SQL Server Execution Times:
CPU time = 235 ms, elapsed time = 327 ms.
I think the figures speak for themselves ! Sub-second response and because all columns are part of the index, a broad range of questions can be satisfied by this single index.
The traditional (compressed) non-clustered index takes up around 208 MB whereas the Columnstore Index comes in a little less at 194 MB so speed and storage efficiency, further compounded when you take into account the potential additional indexes the warehouse may require.
So, the downsides? Columnstore indexes render the table read-only. In order to to update the table you either need to drop and re-create the index or employ a partition switching approach. The other notable disadvantage, consistently witnessed during my tests, is the columnstore index takes longer to build. The traditional non-clustered index took approximately 21 seconds to build whereas the columnstore took approximately 1 minute 49 seconds. Remember though, you only need one columnstore index to satisfy many queries so that’s potentially not a fair comparison.
If you don’t notice a huge difference between a table scan and a Columnstore Index Scan, check the Actual Execution Mode of the Columnstore Index Scan. This should be set to Batch, not Row.
If the Actual Execution Mode is reporting Row then your query cannot run in parallel:
- Ensure, if running via Hyper-V, you have assigned more than one processor to the image.
- Ensure the Server Property ‘Max Degee of Parallelism’ is not set to 1.

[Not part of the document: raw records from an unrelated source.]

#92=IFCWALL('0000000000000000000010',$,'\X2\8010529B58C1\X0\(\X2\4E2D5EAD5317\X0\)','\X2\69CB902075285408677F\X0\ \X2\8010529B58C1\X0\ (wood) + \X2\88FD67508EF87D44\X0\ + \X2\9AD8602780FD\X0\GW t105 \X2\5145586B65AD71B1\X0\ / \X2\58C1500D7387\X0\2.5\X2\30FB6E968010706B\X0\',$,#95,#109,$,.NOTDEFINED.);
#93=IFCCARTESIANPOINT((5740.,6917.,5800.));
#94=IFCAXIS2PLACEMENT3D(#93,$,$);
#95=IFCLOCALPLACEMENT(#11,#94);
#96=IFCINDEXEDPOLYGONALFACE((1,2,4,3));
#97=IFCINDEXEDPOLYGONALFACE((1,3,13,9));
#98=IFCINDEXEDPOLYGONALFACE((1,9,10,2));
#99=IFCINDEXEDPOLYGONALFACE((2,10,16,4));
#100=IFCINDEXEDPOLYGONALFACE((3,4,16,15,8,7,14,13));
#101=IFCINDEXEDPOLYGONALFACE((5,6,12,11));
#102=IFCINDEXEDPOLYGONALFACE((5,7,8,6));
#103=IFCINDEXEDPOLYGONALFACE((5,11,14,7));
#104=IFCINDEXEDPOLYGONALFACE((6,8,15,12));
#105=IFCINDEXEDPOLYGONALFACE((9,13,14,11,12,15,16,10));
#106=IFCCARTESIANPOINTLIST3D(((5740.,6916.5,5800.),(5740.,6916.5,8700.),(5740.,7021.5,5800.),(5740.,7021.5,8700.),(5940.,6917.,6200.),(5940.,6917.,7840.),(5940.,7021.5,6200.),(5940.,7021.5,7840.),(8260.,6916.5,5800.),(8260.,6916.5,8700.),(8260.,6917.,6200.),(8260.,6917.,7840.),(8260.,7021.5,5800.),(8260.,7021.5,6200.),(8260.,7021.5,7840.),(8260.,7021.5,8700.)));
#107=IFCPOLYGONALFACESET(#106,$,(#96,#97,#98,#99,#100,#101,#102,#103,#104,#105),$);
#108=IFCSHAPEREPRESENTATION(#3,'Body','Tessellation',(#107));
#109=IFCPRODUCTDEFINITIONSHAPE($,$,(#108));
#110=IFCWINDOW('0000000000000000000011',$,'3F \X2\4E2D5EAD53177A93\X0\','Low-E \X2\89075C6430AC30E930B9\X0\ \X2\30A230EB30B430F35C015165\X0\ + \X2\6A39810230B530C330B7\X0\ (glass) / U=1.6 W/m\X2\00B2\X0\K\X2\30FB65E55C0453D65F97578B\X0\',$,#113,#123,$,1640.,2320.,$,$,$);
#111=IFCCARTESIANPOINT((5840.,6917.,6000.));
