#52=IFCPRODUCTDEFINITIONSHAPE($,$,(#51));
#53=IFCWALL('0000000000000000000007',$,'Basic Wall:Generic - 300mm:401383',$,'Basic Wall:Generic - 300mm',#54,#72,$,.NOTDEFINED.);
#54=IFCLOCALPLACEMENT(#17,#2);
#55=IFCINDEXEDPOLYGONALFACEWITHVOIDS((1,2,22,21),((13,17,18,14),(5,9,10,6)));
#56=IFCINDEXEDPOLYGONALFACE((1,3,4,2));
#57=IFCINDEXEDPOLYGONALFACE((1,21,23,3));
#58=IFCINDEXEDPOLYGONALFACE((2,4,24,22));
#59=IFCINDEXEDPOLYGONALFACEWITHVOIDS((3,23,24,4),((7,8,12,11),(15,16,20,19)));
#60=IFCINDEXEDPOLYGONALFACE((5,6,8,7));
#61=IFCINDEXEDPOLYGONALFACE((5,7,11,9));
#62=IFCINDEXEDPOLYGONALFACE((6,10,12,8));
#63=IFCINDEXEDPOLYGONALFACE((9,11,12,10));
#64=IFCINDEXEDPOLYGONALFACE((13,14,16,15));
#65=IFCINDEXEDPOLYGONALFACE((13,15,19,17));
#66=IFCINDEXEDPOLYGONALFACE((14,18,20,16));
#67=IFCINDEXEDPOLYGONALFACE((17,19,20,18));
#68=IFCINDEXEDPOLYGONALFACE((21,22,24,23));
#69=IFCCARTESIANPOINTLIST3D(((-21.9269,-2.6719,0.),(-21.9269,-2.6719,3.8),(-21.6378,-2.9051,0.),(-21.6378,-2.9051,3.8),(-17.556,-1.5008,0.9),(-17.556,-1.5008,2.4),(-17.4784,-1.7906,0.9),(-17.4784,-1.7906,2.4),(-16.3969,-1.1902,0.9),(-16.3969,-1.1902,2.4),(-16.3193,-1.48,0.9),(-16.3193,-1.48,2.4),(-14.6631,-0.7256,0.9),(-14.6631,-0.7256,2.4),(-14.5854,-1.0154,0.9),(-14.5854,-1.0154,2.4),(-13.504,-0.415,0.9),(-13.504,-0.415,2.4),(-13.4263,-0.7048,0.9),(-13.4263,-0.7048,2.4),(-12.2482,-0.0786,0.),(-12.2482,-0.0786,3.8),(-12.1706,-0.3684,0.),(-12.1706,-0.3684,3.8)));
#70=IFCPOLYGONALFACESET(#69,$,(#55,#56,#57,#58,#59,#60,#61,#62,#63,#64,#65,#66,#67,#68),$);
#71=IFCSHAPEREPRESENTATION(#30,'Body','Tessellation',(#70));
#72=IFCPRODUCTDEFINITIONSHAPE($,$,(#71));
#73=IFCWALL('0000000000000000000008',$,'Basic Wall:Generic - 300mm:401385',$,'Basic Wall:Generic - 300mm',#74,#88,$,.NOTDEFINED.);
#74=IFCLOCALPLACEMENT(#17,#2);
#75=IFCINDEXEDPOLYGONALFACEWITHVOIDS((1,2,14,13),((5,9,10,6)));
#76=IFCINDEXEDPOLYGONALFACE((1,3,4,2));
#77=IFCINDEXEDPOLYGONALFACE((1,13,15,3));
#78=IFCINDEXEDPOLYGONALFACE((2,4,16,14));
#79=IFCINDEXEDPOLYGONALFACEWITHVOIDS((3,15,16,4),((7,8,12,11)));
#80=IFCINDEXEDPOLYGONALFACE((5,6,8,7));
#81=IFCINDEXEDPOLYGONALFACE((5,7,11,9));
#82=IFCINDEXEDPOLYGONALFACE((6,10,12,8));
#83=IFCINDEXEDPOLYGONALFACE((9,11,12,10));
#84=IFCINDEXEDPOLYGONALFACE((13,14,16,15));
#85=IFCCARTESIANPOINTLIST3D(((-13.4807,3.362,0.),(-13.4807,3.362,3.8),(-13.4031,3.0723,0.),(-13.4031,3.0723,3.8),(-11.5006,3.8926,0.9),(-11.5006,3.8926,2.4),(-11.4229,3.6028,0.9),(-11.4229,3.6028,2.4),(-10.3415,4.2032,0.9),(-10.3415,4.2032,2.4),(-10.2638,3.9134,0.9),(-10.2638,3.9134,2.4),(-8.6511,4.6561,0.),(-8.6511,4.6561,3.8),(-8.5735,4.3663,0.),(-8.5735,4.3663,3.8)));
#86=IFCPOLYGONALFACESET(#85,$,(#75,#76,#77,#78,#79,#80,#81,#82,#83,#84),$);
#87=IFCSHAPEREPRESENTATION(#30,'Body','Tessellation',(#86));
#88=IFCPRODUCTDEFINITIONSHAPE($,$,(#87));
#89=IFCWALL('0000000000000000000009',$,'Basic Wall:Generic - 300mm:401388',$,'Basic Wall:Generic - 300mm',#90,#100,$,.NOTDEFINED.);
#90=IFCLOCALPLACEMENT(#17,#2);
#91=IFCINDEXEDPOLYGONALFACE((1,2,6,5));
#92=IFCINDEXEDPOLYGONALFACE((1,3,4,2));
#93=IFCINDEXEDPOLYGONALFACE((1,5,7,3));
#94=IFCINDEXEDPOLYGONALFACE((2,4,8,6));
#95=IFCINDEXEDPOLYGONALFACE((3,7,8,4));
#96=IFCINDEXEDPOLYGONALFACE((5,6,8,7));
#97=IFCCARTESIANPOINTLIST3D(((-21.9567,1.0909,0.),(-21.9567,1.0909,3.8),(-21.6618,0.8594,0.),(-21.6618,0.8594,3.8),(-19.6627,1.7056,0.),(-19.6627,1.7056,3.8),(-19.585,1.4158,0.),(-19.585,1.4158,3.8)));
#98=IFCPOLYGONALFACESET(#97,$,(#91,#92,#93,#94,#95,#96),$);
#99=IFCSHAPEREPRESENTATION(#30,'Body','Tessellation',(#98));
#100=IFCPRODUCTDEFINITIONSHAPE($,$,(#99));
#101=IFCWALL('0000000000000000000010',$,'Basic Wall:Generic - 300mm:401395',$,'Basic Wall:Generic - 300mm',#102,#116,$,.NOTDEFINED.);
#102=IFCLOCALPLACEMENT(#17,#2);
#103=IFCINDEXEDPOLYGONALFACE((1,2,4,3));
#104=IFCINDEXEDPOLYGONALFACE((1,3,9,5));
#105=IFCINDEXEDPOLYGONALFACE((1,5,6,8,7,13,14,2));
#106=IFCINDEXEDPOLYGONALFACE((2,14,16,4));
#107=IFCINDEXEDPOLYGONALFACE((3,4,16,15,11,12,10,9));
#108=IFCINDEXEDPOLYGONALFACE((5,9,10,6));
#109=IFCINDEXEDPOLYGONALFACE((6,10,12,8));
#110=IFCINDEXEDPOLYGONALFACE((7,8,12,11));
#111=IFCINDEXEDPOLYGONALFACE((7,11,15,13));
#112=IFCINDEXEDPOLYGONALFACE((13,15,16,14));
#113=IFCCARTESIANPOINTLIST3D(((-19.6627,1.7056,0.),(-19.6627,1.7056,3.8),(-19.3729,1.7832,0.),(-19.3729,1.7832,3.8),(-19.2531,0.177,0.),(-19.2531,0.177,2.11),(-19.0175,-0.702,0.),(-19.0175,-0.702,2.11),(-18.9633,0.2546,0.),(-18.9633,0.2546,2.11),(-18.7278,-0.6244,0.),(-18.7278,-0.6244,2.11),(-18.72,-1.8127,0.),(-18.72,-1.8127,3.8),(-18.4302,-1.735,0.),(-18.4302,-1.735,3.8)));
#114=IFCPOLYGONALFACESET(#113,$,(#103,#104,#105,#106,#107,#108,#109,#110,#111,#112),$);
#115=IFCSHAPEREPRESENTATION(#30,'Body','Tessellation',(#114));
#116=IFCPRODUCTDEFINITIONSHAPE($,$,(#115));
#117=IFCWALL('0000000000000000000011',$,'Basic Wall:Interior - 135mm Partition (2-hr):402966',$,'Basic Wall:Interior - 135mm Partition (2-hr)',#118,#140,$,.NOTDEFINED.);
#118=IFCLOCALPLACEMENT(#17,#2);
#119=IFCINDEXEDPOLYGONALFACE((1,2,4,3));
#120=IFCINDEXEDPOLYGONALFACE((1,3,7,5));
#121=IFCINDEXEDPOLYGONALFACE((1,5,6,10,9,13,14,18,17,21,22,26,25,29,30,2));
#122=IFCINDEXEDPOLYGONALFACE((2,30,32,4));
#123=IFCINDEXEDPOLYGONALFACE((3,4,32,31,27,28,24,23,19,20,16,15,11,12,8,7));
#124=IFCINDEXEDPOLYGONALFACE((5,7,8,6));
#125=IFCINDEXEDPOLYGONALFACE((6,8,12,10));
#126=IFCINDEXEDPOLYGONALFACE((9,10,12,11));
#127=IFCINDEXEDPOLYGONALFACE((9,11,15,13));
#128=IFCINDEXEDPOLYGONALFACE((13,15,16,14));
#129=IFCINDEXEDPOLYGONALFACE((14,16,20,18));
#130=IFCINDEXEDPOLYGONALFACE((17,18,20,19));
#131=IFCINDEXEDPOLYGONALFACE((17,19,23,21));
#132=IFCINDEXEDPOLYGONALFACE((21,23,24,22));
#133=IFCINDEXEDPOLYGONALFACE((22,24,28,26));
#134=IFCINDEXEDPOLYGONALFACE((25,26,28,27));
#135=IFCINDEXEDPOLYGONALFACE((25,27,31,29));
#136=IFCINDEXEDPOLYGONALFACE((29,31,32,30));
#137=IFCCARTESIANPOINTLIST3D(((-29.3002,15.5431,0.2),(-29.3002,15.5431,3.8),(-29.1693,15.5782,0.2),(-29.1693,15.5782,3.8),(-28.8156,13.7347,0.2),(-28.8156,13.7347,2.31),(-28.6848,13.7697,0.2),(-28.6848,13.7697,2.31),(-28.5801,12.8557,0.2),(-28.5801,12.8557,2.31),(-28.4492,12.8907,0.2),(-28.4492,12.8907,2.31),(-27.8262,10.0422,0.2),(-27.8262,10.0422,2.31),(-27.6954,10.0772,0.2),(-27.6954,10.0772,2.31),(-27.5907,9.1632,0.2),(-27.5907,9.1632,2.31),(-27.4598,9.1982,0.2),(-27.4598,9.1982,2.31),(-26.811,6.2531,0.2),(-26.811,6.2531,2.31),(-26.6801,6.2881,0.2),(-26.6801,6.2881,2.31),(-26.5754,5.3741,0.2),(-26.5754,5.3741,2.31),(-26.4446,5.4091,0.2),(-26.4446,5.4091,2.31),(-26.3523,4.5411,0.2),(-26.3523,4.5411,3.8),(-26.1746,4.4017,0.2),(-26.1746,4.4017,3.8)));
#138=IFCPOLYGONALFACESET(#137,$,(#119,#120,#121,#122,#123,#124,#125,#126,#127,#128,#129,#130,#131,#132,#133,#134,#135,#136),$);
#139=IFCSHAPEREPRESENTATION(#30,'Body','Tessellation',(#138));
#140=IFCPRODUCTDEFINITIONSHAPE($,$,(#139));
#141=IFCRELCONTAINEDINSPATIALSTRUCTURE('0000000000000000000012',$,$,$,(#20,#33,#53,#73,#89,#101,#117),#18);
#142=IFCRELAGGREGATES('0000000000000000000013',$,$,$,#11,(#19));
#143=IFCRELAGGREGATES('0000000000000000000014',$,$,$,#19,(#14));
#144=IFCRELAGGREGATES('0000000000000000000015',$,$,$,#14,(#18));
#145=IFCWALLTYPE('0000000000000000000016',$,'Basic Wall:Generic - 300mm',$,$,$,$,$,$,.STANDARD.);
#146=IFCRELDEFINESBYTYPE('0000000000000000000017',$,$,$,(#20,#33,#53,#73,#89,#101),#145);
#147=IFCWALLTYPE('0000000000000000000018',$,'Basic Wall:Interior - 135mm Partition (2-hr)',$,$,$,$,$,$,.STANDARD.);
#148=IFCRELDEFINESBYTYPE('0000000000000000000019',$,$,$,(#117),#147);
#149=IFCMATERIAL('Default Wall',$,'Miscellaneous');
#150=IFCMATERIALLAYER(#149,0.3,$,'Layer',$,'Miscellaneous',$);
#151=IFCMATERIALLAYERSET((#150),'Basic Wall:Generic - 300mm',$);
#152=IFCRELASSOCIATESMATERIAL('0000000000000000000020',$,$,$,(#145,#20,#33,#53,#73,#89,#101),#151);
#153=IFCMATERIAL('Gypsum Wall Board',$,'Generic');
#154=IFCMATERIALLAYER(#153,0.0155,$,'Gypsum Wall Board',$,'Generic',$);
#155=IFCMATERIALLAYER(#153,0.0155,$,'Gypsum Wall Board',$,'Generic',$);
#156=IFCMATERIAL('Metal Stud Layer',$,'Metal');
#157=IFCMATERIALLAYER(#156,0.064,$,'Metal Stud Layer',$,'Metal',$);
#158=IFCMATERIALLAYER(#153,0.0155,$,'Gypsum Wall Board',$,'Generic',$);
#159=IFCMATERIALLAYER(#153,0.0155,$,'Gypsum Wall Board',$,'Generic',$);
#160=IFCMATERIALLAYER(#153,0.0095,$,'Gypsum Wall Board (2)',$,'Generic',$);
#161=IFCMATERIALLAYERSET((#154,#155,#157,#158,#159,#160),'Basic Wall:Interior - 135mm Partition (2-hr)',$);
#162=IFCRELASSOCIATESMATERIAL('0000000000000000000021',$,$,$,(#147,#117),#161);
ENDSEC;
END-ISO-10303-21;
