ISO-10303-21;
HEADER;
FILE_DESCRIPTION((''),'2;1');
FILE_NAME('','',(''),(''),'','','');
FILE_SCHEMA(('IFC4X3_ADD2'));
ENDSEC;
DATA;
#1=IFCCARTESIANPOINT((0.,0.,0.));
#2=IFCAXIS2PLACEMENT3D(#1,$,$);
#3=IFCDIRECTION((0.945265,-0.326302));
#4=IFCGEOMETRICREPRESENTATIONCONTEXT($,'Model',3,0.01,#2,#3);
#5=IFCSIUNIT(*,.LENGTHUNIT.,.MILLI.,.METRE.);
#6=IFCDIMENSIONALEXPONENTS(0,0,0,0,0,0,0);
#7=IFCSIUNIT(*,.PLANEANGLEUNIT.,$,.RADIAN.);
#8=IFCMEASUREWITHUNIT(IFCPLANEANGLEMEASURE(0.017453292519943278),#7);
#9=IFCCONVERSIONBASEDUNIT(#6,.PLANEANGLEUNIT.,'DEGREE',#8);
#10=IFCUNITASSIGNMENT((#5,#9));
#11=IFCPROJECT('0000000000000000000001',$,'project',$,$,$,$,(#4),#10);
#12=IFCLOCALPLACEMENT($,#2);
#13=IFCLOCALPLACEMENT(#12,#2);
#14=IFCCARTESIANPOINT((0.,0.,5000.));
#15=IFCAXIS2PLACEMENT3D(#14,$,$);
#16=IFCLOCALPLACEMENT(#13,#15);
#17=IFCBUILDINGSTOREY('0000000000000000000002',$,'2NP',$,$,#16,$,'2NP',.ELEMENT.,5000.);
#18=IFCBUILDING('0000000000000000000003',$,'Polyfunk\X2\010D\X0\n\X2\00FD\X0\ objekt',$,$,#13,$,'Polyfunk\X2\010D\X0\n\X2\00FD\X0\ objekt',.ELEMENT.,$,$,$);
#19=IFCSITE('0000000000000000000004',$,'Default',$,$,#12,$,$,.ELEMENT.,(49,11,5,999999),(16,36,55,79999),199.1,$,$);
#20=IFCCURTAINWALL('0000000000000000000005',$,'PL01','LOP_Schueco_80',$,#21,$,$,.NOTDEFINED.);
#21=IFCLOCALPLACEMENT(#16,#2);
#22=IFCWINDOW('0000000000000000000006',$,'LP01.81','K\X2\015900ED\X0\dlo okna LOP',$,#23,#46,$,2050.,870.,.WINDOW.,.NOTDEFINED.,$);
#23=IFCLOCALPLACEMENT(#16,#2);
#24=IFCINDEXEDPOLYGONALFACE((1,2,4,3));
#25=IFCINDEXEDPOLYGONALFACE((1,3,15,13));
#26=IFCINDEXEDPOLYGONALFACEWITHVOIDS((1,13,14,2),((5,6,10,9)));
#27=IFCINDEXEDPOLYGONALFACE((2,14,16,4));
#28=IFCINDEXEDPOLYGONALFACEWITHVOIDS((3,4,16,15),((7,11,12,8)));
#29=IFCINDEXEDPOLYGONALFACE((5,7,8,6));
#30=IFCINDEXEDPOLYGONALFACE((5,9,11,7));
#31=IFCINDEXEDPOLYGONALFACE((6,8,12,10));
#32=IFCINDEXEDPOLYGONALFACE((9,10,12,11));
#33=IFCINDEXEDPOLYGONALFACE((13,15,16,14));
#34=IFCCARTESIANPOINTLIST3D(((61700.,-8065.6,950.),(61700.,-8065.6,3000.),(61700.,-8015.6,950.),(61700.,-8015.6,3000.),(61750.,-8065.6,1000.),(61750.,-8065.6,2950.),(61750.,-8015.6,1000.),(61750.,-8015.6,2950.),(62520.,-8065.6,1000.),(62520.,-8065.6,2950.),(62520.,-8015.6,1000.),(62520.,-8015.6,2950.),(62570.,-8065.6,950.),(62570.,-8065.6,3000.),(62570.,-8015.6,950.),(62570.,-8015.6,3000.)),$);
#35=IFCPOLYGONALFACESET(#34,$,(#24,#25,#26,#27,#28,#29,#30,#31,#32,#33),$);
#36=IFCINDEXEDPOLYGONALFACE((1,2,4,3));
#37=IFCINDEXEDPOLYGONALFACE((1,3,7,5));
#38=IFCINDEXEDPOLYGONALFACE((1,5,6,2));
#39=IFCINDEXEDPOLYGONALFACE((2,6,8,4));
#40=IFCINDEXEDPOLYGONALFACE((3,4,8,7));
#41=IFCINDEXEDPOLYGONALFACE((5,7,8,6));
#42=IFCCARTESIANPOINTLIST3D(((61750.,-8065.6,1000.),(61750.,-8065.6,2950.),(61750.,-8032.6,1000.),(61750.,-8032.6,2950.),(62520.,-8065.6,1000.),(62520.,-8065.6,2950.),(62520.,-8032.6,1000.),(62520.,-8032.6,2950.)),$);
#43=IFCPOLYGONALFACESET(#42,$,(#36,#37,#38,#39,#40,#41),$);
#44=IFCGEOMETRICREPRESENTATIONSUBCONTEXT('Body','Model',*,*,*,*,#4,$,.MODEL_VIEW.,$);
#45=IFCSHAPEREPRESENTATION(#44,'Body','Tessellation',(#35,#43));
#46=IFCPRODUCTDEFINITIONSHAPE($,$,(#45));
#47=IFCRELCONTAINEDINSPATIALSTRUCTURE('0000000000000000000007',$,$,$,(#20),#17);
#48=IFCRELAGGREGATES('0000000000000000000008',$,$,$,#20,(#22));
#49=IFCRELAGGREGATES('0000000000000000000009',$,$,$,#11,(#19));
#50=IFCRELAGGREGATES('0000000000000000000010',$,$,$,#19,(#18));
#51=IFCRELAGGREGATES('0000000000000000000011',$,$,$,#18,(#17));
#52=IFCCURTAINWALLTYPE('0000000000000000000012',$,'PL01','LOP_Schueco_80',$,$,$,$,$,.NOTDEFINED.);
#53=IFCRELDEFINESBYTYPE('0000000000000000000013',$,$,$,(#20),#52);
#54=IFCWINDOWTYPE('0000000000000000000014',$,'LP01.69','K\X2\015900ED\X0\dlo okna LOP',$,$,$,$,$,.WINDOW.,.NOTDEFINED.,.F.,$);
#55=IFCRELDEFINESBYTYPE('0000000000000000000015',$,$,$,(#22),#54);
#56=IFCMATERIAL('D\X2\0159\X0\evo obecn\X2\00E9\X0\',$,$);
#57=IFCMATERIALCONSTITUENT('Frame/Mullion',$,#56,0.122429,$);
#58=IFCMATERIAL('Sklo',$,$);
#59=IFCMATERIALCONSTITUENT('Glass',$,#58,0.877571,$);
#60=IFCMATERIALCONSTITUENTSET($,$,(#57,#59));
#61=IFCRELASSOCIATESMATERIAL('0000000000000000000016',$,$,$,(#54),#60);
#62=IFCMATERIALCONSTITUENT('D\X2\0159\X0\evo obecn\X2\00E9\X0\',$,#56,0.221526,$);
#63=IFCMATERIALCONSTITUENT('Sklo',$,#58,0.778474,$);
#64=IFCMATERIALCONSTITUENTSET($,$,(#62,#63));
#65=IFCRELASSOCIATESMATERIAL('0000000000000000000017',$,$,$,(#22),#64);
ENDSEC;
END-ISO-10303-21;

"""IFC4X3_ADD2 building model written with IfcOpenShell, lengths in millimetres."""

from ifc_helpers import new_model, entity, si_unit, converted_unit, direction, frame, frame_2d, origin, place, context, subcontext, project, spatial, polyline, rectangle, outline, extrude, source, transform, mapped, material, constituent, constituent_set, type_object, type_shapes, element, aggregate, save


model = new_model("IFC4X3_ADD2")

# Units and contexts
model_context = context("Model", 3, precision=0.01, world=origin(), true_north=direction((0.945265, -0.326302)))
body_context = subcontext(model_context, "Body", "Model", "MODEL_VIEW")
ifc_project = project(units=[si_unit("LENGTHUNIT", "METRE", prefix="MILLI"), converted_unit("PLANEANGLEUNIT", "DEGREE", entity("IfcPlaneAngleMeasure", 0.017453292519943278), si_unit("PLANEANGLEUNIT", "RADIAN"), dimensions=[0, 0, 0, 0, 0, 0, 0])], contexts=[model_context])

# Site, building, storey
site_placement = place(None, origin())
site = spatial("IfcSite", under=ifc_project, at=site_placement, Name="Default", CompositionType="ELEMENT", RefLatitude=(49, 11, 5, 999999), RefLongitude=(16, 36, 55, 79999), RefElevation=199.1)
building_placement = place(site_placement, origin())
building = spatial("IfcBuilding", under=site, at=building_placement, Name="Polyfunkčný objekt", LongName="Polyfunkčný objekt", CompositionType="ELEMENT")
storey_placement = place(building_placement, frame((0.0, 0.0, 5000.0)))
storey = spatial("IfcBuildingStorey", under=building, at=storey_placement, Name="2NP", LongName="2NP", CompositionType="ELEMENT", Elevation=5000.0)

# Curtain wall
curtain_wall_type = type_object("IfcCurtainWallType", Name="PL01", Description="LOP_Schueco_80", PredefinedType="NOTDEFINED")
curtain_wall_1_placement = place(storey_placement, frame((0.0, 0.0, -5000.0)))
curtain_wall_1 = element("IfcCurtainWall", 1, at=curtain_wall_1_placement, inside=storey, type_object=curtain_wall_type, Name="PL01", Description="LOP_Schueco_80", PredefinedType="NOTDEFINED")

# Shared definitions
ifc_material_1 = material(Name="Sklo")

# Window
ifc_material_2 = material(Name="Dřevo obecné")
ifc_constituent_1 = constituent(ifc_material_2, Name="Dřevo obecné", fraction=0.221526)
ifc_constituent_2 = constituent(ifc_material_1, Name="Sklo", fraction=0.778474)
ifc_constituent_set_1 = constituent_set(constituents=[ifc_constituent_1, ifc_constituent_2])
ifc_constituent_3 = constituent(ifc_material_2, Name="Frame/Mullion", fraction=0.122429)
ifc_constituent_4 = constituent(ifc_material_1, Name="Glass", fraction=0.877571)
ifc_constituent_set_2 = constituent_set(constituents=[ifc_constituent_3, ifc_constituent_4])
window_type_1 = type_object("IfcWindowType", Name="LP01.69", Description="Křídlo okna LOP", ParameterTakesPrecedence=False, PartitioningType="NOTDEFINED", PredefinedType="WINDOW", material=ifc_constituent_set_2)
shared_shape_1 = source(origin(), body_context, "Body", "SweptSolid", [
    extrude(outline(polyline([(-1025.0, -435.0), (1025.0, -435.0), (1025.0, 435.0), (-1025.0, 435.0), (-1025.0, -435.0)]), holes=[polyline([(-975.0, -385.0), (-975.0, 385.0), (975.0, 385.0), (975.0, -385.0), (-975.0, -385.0)])]), frame((0.0, 50.0, 1025.0), z_axis=(0.0, -1.0, 0.0), x_axis=(0.0, 0.0, -1.0)), (0.0, 0.0, 1.0), 50.0),
    extrude(rectangle(XDim=770.0, YDim=33.0, at=frame_2d((0.0, 0.0), x_axis=(1.0, 0.0))), frame((0.0, 33.5, 50.0), z_axis=(0.0, 0.0, 1.0), x_axis=(-1.0, 0.0, 0.0)), (0.0, 0.0, 1.0), 1950.0),
])
type_shapes(window_type_1, [shared_shape_1])
window_1_placement = place(curtain_wall_1_placement, frame((62135.0, -8015.6, 5950.0), z_axis=(0.0, 0.0, 1.0), x_axis=(-1.0, 0.0, 0.0)))
window_1 = element("IfcWindow", 2, at=window_1_placement, type_object=window_type_1, material=ifc_constituent_set_1, Name="LP01.81", Description="Křídlo okna LOP", OverallHeight=2050.0, OverallWidth=870.0, PartitioningType="NOTDEFINED", PredefinedType="WINDOW", context=body_context, shape_type="MappedRepresentation", body=[
    mapped(shared_shape_1, transform((0.0, 0.0, 0.0), scale=1.0)),
])
aggregate(curtain_wall_1, [window_1])

save(model, "model.ifc")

Summary In summary, for warehousing workloads, a columnstore index is a great addition to the database engine with significant performance improvements even on reasonably small data sets. It will re-define the ‘index-light’ approach that the SQL Server Fast Track Data Warehouse methodology champions and help simplify warehouse based performance tuning activities. Will it work in every scenario? I very much doubt it, but it’s a good place to start until we get to experience it live in the field.